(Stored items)
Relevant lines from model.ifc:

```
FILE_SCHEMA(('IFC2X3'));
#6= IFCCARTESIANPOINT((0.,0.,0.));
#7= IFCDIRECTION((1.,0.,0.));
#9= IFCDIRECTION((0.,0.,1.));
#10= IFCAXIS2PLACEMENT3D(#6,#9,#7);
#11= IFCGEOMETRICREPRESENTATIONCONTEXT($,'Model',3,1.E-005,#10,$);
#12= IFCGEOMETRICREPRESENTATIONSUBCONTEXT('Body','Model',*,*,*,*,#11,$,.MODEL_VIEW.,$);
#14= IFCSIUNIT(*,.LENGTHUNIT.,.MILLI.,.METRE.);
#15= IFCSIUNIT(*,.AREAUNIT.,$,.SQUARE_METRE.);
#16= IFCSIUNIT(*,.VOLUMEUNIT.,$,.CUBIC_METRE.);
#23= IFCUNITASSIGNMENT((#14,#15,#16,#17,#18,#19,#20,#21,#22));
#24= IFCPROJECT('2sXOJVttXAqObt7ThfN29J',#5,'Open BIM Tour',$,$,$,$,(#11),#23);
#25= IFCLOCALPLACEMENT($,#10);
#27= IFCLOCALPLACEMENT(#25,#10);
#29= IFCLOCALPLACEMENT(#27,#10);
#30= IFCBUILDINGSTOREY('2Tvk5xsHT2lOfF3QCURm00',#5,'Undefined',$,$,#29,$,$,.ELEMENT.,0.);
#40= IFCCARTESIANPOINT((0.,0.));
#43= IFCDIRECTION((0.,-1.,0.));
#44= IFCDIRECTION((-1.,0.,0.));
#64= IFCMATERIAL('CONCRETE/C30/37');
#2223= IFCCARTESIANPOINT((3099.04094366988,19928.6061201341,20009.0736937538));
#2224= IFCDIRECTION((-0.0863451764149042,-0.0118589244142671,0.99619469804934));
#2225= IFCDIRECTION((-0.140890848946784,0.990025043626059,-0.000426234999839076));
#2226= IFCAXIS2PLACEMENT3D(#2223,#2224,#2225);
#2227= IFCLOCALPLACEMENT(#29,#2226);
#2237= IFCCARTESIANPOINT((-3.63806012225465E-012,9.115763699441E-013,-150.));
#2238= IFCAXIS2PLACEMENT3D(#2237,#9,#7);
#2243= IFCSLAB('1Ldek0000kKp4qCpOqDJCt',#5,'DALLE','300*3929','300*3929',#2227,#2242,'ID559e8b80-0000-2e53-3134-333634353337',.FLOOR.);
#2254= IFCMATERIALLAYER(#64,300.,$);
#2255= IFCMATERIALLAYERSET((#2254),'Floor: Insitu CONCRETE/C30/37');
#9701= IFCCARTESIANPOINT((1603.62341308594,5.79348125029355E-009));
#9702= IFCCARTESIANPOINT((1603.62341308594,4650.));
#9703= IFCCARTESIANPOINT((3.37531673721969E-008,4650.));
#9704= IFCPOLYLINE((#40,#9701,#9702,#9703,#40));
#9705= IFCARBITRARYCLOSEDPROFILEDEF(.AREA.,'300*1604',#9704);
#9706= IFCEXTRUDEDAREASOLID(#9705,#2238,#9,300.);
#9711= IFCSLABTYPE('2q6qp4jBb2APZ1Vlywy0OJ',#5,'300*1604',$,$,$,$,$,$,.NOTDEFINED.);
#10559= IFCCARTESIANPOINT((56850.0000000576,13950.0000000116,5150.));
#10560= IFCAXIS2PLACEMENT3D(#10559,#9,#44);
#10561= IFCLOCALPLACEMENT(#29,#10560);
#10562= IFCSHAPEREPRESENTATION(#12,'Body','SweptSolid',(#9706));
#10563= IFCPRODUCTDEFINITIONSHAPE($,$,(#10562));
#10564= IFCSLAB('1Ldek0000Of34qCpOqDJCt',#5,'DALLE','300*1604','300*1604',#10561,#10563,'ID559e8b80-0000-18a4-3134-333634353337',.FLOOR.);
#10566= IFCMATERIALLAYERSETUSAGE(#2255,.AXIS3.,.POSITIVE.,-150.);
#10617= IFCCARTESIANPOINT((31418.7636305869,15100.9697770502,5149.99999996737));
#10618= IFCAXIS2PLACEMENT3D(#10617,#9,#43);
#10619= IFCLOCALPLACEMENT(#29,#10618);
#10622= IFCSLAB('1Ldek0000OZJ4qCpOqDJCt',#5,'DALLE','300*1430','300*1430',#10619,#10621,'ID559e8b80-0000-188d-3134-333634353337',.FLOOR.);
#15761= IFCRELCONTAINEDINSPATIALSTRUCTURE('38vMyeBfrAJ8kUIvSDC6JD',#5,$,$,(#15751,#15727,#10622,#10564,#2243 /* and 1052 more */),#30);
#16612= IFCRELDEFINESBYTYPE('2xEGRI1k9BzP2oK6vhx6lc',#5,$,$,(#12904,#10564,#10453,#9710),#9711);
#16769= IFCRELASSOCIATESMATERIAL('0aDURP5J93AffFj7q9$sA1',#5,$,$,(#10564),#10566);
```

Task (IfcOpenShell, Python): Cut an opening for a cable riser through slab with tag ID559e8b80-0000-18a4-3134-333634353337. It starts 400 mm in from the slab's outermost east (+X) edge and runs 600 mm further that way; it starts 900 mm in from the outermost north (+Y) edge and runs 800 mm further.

```python
import numpy as np
import ifcopenshell
import ifcopenshell.api.feature
import ifcopenshell.api.geometry
import ifcopenshell.api.root
import ifcopenshell.geom
import ifcopenshell.util.placement
import ifcopenshell.util.representation
import ifcopenshell.util.shape
import ifcopenshell.util.unit

model = ifcopenshell.open("model.ifc")
unit_scale = ifcopenshell.util.unit.calculate_unit_scale(model)
settings = ifcopenshell.geom.settings()


def volume(element):
    """Net volume in cubic metres, openings subtracted."""
    shape = ifcopenshell.geom.create_shape(settings, element)
    return ifcopenshell.util.shape.get_volume(shape.geometry)


slab = model.by_guid("1Ldek0000Of34qCpOqDJCt")
before = volume(slab)

# Extent in the slab's own axes, in metres. The edges named are its -X and -Y sides.
slab_shape = ifcopenshell.geom.create_shape(settings, slab)
vertices = ifcopenshell.util.shape.get_vertices(slab_shape.geometry)
x_min, y_min, bottom = vertices.min(axis=0)
top = vertices[:, 2].max()

opening = ifcopenshell.api.root.create_entity(model, ifc_class="IfcOpeningElement", name="Cable riser opening")
context = ifcopenshell.util.representation.get_context(model, "Model", "Body", "MODEL_VIEW")
width, depth = 0.6, 0.8
outline = [(0.0, 0.0), (width, 0.0), (width, depth), (0.0, depth), (0.0, 0.0)]
# Overshoot both faces by 50 mm so the cut is clean.
shape = ifcopenshell.api.geometry.add_slab_representation(
    model, context=context, depth=top - bottom + 0.1, polyline=outline
)
ifcopenshell.api.geometry.assign_representation(model, product=opening, representation=shape)

matrix = ifcopenshell.util.placement.get_local_placement(slab.ObjectPlacement)
matrix[:, 3] = matrix @ np.append(np.array([x_min + 0.4, y_min + 0.9, bottom - 0.05]) / unit_scale, 1.0)
ifcopenshell.api.geometry.edit_object_placement(model, product=opening, matrix=matrix, is_si=False)
ifcopenshell.api.feature.add_feature(model, feature=opening, element=slab)

after = volume(slab)

print(f"slab volume {before:.3f} -> {after:.3f} m3")

model.write("model-out.ifc")
```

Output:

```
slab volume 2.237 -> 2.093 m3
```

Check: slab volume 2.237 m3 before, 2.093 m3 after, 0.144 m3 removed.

Aim of the task:
Find the lines above that contain the word "DALLE" and copy each one.

Finished task:
#2243= IFCSLAB('1Ldek0000kKp4qCpOqDJCt',#5,'DALLE','300*3929','300*3929',#2227,#2242,'ID559e8b80-0000-2e53-3134-333634353337',.FLOOR.);
#10564= IFCSLAB('1Ldek0000Of34qCpOqDJCt',#5,'DALLE','300*1604','300*1604',#10561,#10563,'ID559e8b80-0000-18a4-3134-333634353337',.FLOOR.);
#10622= IFCSLAB('1Ldek0000OZJ4qCpOqDJCt',#5,'DALLE','300*1430','300*1430',#10619,#10621,'ID559e8b80-0000-188d-3134-333634353337',.FLOOR.);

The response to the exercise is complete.